By the time we were peeing with the bathroom door open and calling each other ‘bro,’ I knew it was over.

” Annie sighed. “She left me for some chick who makes ceramics shaped like her own vagina.”

“Yikes.” Lola made a sympathetic face, waiting the right amount of time before asking, “So you want kids?”

“Yeah,” Annie said, lightly. “One day. You?”

“Yeah,” Lola said, just as lightly. “One day.”

Lola felt her neck get hot. They both looked out at the darkening backyard. Beyond the fence, the sky was purpling. The moon was overhead, a pale disc all alone in the sky.

“Oh look,” Annie said softly, pointing. “A firefly.” Floating in the twilight, like a tiny fallen star.

As they watched, more lightning bugs appeared, hovering above the peonies, drifting over the wild roses. Beyond the back fence, Lola could see more in the distant fields, high up in the trees.

“They only live for a few weeks,” Annie murmured. “They light up to find a mate.”

They watched the fireflies pulse, tiny green spells blinking against the dark.

A memory slid into place, the way a long-lost key finds its lock. The two of them, starry-eyed and moonstruck, kissing under a blanket on an evening just like this. Back when they were both foals, gangly and inexperienced. Back when life was a blank page, waiting for them both to make their mark.

The whole evening shimmered with magic—Lola could feel it in the humid air, clinging to her skin. But the magic was predicated on one thing. The girl next to her. Lola swiveled to face her. “You’re still so important to me, Annie.”

Annie’s mouth fell open in soft surprise. “I am?”

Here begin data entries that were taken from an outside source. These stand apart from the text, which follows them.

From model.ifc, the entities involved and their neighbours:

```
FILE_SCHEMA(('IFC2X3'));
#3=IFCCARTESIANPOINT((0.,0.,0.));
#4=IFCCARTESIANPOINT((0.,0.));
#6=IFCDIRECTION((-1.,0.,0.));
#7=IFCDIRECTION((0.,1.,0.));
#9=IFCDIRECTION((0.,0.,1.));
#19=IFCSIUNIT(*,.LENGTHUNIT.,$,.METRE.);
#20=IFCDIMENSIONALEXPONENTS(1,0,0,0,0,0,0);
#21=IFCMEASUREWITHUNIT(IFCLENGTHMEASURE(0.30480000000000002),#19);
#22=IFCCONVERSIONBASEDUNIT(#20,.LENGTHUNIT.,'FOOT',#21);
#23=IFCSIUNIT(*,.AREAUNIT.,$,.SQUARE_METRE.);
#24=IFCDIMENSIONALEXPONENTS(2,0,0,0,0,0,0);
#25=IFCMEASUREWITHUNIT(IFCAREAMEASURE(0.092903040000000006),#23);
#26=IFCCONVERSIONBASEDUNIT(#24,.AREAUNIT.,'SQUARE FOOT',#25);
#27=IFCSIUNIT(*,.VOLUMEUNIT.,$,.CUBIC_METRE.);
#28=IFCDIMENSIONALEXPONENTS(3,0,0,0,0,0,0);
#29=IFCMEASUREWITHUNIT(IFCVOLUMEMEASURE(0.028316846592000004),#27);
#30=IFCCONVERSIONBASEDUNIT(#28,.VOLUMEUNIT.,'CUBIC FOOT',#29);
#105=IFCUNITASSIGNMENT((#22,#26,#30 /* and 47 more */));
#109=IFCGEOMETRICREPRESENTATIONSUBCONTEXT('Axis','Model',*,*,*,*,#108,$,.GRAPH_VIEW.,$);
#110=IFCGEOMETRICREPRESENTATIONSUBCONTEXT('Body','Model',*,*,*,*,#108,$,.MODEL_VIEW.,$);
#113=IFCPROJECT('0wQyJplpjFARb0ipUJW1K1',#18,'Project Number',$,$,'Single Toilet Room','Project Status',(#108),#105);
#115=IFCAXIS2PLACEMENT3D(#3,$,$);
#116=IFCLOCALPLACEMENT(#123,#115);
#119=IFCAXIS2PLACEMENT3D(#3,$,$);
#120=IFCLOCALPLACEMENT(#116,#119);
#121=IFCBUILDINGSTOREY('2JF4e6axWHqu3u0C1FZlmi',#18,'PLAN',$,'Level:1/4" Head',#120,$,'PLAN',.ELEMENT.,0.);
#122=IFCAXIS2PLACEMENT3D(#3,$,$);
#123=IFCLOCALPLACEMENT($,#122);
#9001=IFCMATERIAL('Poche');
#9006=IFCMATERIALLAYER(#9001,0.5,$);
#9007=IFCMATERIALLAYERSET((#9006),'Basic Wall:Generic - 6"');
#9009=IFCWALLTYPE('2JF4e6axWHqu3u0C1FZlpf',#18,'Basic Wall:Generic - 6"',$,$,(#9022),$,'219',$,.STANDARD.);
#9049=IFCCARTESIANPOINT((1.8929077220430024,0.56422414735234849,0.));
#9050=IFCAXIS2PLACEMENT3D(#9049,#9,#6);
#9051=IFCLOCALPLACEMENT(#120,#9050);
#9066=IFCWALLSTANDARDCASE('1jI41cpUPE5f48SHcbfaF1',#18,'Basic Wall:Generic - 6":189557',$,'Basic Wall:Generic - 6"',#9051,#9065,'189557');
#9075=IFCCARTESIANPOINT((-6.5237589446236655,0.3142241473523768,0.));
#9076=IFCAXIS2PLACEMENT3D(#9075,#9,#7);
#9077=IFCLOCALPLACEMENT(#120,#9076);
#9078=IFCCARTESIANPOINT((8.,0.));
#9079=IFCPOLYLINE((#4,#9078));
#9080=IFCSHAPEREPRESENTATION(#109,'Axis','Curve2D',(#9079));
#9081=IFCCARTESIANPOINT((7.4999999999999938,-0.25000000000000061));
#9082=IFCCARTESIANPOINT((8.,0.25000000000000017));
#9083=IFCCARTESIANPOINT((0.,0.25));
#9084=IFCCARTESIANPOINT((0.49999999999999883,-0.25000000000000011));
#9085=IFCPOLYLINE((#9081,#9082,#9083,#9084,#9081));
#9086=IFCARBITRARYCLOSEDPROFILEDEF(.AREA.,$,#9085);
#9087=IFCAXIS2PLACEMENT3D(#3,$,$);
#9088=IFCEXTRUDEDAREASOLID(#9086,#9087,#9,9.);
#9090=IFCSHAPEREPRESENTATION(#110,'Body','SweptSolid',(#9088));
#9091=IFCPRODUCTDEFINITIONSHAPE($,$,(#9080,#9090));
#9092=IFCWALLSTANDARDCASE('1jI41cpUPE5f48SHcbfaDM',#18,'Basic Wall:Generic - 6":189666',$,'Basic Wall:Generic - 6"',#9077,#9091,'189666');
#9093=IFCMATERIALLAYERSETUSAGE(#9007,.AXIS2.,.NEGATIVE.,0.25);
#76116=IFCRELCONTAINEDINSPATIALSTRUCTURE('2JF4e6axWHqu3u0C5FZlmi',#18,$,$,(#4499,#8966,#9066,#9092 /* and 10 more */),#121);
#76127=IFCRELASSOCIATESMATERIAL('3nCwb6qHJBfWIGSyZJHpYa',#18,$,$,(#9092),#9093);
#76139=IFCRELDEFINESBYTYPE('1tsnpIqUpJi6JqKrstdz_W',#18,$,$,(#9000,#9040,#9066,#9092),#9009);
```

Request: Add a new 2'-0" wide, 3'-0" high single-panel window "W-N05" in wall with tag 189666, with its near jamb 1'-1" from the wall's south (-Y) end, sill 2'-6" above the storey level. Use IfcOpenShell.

```python
import numpy as np
import ifcopenshell
import ifcopenshell.api.feature
import ifcopenshell.api.geometry
import ifcopenshell.api.root
import ifcopenshell.api.spatial
import ifcopenshell.api.type
import ifcopenshell.geom
import ifcopenshell.util.element
import ifcopenshell.util.placement
import ifcopenshell.util.representation
import ifcopenshell.util.shape
import ifcopenshell.util.unit

model = ifcopenshell.open("model.ifc")
unit_scale = ifcopenshell.util.unit.calculate_unit_scale(model)
settings = ifcopenshell.geom.settings()


def volume(element):
    """Net volume in cubic metres, openings subtracted."""
    shape = ifcopenshell.geom.create_shape(settings, element)
    return ifcopenshell.util.shape.get_volume(shape.geometry)


wall = model.by_id(9092)
storey = ifcopenshell.util.element.get_container(wall, ifc_class="IfcBuildingStorey")
context = ifcopenshell.util.representation.get_context(model, "Model", "Body", "MODEL_VIEW")
before = volume(wall)

width, height, from_end, sill = 0.6096, 0.9144, 0.3302, 0.762  # metres

# The wall runs along its own X axis, and the end named is its -X end.
wall_shape = ifcopenshell.geom.create_shape(settings, wall)
x, y, z = ifcopenshell.util.shape.get_vertices(wall_shape.geometry).T
start = x.min() + from_end
face, thickness = float(y.min()), float(y.max() - y.min())
wall_matrix = ifcopenshell.util.placement.get_local_placement(wall.ObjectPlacement)
level = ifcopenshell.util.placement.get_local_placement(storey.ObjectPlacement)[2, 3]


def in_wall(x, y):
    """Placement at x, y metres in the wall's axes, at sill height."""
    matrix = wall_matrix.copy()
    matrix[:, 3] = wall_matrix @ np.array([x / unit_scale, y / unit_scale, 0.0, 1.0])
    matrix[2, 3] = level + sill / unit_scale
    return matrix


# Opening: a box that overshoots both wall faces by 50 mm.
opening = ifcopenshell.api.root.create_entity(model, ifc_class="IfcOpeningElement")
box = ifcopenshell.api.geometry.add_wall_representation(
    model, context=context, length=width, height=height, thickness=thickness + 0.1
)
ifcopenshell.api.geometry.assign_representation(model, product=opening, representation=box)
ifcopenshell.api.geometry.edit_object_placement(model, product=opening, matrix=in_wall(start, face - 0.05), is_si=False)
ifcopenshell.api.feature.add_feature(model, feature=opening, element=wall)

window = ifcopenshell.api.root.create_entity(model, ifc_class="IfcWindow", name="W-N05")
window.OverallWidth, window.OverallHeight = width / unit_scale, height / unit_scale
body = ifcopenshell.api.geometry.add_window_representation(
    model,
    context=context,
    overall_width=window.OverallWidth,
    overall_height=window.OverallHeight,
    partition_type="SINGLE_PANEL",
)
ifcopenshell.api.geometry.assign_representation(model, product=window, representation=body)
ifcopenshell.api.spatial.assign_container(model, products=[window], relating_structure=storey)
fills = ifcopenshell.api.feature.add_filling(model, opening=opening, element=window)
fills.OwnerHistory = window.OwnerHistory  # required in IFC2X3

# IFC2X3 keeps the operation on the window style.
style = ifcopenshell.api.root.create_entity(model, ifc_class="IfcWindowStyle", name="W-N05")
style.OperationType, style.ConstructionType = "SINGLE_PANEL", "NOTDEFINED"
style.ParameterTakesPrecedence = style.Sizeable = False
ifcopenshell.api.type.assign_type(model, related_objects=[window], relating_type=style)

# Centre the window in the wall's thickness.
ifcopenshell.api.geometry.edit_object_placement(model, product=window, matrix=in_wall(start, face), is_si=False)
window_shape = ifcopenshell.geom.create_shape(settings, window)
depth = ifcopenshell.util.shape.get_vertices(window_shape.geometry)[:, 1]
offset = face + thickness / 2 - (depth.min() + depth.max()) / 2
ifcopenshell.api.geometry.edit_object_placement(model, product=window, matrix=in_wall(start, offset), is_si=False)

after = volume(wall)

print(f"wall volume {before:.3f} -> {after:.3f} m3")

model.write("model-out.ifc")
```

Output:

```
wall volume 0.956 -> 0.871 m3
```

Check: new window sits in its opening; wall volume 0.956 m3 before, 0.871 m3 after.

Lola nodded, her heart thudding in her chest. A slow breathless warmth spilled through her limbs at the spontaneous admission. “Yeah. You feel like home.”

Slowly, Lola shifted her hand toward where Annie’s lay on her armrest, longing to close the distance—skin to skin.

“Hey, bitches!” Vicky’s voice cut through the quiet like a firework. “Movie night?”